Across the entries below, count the lines that contain the word "FLOOR" and reply with that number only.

→ The input
● ● ● ● ●
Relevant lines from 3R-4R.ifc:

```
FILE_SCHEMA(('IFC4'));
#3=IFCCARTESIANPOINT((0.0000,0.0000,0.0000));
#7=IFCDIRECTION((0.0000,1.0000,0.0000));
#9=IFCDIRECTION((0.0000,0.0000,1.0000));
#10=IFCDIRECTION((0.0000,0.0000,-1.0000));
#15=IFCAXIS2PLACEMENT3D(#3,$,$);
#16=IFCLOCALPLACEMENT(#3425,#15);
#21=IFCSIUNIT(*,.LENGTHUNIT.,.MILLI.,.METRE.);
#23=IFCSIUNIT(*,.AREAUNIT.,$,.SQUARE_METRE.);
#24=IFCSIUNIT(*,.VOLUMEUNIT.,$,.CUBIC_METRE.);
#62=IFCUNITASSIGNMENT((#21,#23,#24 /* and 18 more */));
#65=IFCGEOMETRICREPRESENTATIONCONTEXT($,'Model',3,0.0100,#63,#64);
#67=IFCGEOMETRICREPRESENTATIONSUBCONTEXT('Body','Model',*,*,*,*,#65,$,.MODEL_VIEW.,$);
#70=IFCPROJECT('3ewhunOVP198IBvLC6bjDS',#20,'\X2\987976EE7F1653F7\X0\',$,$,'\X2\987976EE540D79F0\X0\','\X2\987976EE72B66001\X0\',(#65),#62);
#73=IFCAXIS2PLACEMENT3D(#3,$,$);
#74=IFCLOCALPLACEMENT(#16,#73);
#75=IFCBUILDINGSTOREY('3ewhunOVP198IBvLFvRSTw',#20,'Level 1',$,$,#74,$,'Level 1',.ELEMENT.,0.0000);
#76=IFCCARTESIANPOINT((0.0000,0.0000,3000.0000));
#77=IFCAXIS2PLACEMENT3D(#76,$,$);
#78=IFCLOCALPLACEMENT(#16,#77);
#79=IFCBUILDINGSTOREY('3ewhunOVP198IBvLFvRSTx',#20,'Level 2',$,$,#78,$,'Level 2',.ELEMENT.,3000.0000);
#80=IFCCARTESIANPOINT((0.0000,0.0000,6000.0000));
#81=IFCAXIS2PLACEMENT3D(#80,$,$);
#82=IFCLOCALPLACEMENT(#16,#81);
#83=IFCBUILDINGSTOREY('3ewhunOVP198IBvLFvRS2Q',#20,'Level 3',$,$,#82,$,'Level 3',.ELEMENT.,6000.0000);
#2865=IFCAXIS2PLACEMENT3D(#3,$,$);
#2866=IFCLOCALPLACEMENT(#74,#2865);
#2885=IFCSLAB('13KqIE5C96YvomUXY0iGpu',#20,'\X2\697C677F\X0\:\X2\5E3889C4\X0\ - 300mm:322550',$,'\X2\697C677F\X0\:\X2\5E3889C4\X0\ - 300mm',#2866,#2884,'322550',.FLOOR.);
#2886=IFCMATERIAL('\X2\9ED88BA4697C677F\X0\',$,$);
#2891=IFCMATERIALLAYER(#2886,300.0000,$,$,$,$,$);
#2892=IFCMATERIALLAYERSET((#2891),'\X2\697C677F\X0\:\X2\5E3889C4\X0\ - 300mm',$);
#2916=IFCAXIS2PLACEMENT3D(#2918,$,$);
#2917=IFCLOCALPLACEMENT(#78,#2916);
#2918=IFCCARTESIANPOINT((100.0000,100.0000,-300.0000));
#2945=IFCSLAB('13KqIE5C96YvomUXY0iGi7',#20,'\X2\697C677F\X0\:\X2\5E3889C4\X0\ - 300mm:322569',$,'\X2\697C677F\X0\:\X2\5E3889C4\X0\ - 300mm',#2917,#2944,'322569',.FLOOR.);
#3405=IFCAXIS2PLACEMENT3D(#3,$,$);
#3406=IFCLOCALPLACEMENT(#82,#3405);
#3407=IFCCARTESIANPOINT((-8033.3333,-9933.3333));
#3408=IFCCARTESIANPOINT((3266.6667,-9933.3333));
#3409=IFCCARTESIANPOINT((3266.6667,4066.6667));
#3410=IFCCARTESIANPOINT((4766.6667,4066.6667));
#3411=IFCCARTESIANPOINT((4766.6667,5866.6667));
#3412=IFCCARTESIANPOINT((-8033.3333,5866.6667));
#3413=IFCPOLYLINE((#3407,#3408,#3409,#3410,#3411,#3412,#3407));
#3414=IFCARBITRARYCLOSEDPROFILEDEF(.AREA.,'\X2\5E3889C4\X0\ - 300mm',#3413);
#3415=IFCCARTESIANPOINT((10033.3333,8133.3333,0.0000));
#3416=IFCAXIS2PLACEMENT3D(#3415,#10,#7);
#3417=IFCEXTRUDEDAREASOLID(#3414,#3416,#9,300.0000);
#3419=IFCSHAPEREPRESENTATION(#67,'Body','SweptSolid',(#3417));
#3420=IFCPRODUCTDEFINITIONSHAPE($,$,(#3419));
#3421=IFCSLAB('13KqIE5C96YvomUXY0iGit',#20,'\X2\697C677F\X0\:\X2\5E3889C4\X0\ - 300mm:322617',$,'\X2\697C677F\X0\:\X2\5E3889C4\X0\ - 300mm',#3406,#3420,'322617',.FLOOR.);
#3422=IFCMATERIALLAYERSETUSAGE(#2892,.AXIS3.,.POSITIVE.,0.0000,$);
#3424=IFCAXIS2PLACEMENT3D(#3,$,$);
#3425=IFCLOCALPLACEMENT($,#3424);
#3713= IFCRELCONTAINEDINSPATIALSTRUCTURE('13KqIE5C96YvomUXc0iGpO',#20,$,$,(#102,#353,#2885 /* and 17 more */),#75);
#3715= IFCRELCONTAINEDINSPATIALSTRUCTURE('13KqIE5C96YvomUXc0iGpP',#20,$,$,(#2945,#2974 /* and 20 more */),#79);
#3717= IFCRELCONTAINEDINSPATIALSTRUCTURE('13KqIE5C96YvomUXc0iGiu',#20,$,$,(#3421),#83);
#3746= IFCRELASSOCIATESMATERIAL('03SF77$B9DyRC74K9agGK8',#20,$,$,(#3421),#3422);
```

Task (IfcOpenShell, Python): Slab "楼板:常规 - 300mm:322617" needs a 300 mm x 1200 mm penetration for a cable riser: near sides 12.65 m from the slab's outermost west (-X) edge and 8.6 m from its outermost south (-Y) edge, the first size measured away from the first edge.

```python
import numpy as np
import ifcopenshell
import ifcopenshell.api.feature
import ifcopenshell.api.geometry
import ifcopenshell.api.root
import ifcopenshell.geom
import ifcopenshell.util.placement
import ifcopenshell.util.representation
import ifcopenshell.util.shape
import ifcopenshell.util.unit

model = ifcopenshell.open("3R-4R.ifc")
unit_scale = ifcopenshell.util.unit.calculate_unit_scale(model)
settings = ifcopenshell.geom.settings()


def volume(element):
    """Net volume in cubic metres, openings subtracted."""
    shape = ifcopenshell.geom.create_shape(settings, element)
    return ifcopenshell.util.shape.get_volume(shape.geometry)


slab = model.by_guid("13KqIE5C96YvomUXY0iGit")
before = volume(slab)

# Extent in the slab's own axes, in metres. The edges named are its -X and -Y sides.
slab_shape = ifcopenshell.geom.create_shape(settings, slab)
vertices = ifcopenshell.util.shape.get_vertices(slab_shape.geometry)
x_min, y_min, bottom = vertices.min(axis=0)
top = vertices[:, 2].max()

opening = ifcopenshell.api.root.create_entity(model, ifc_class="IfcOpeningElement", name="Cable riser opening", predefined_type="OPENING")
context = ifcopenshell.util.representation.get_context(model, "Model", "Body", "MODEL_VIEW")
width, depth = 0.3, 1.2
outline = [(0.0, 0.0), (width, 0.0), (width, depth), (0.0, depth), (0.0, 0.0)]
# Overshoot both faces by 50 mm so the cut is clean.
shape = ifcopenshell.api.geometry.add_slab_representation(
    model, context=context, depth=top - bottom + 0.1, polyline=outline
)
ifcopenshell.api.geometry.assign_representation(model, product=opening, representation=shape)

matrix = ifcopenshell.util.placement.get_local_placement(slab.ObjectPlacement)
matrix[:, 3] = matrix @ np.append(np.array([x_min + 12.65, y_min + 8.6, bottom - 0.05]) / unit_scale, 1.0)
ifcopenshell.api.geometry.edit_object_placement(model, product=opening, matrix=matrix, is_si=False)
ifcopenshell.api.feature.add_feature(model, feature=opening, element=slab)

after = volume(slab)

print(f"slab volume {before:.3f} -> {after:.3f} m3")

model.write("3R-4R_rev.ifc")
```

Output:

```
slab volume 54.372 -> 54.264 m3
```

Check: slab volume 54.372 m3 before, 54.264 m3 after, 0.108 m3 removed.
● ● ● ● ●
→ Finished exercise
3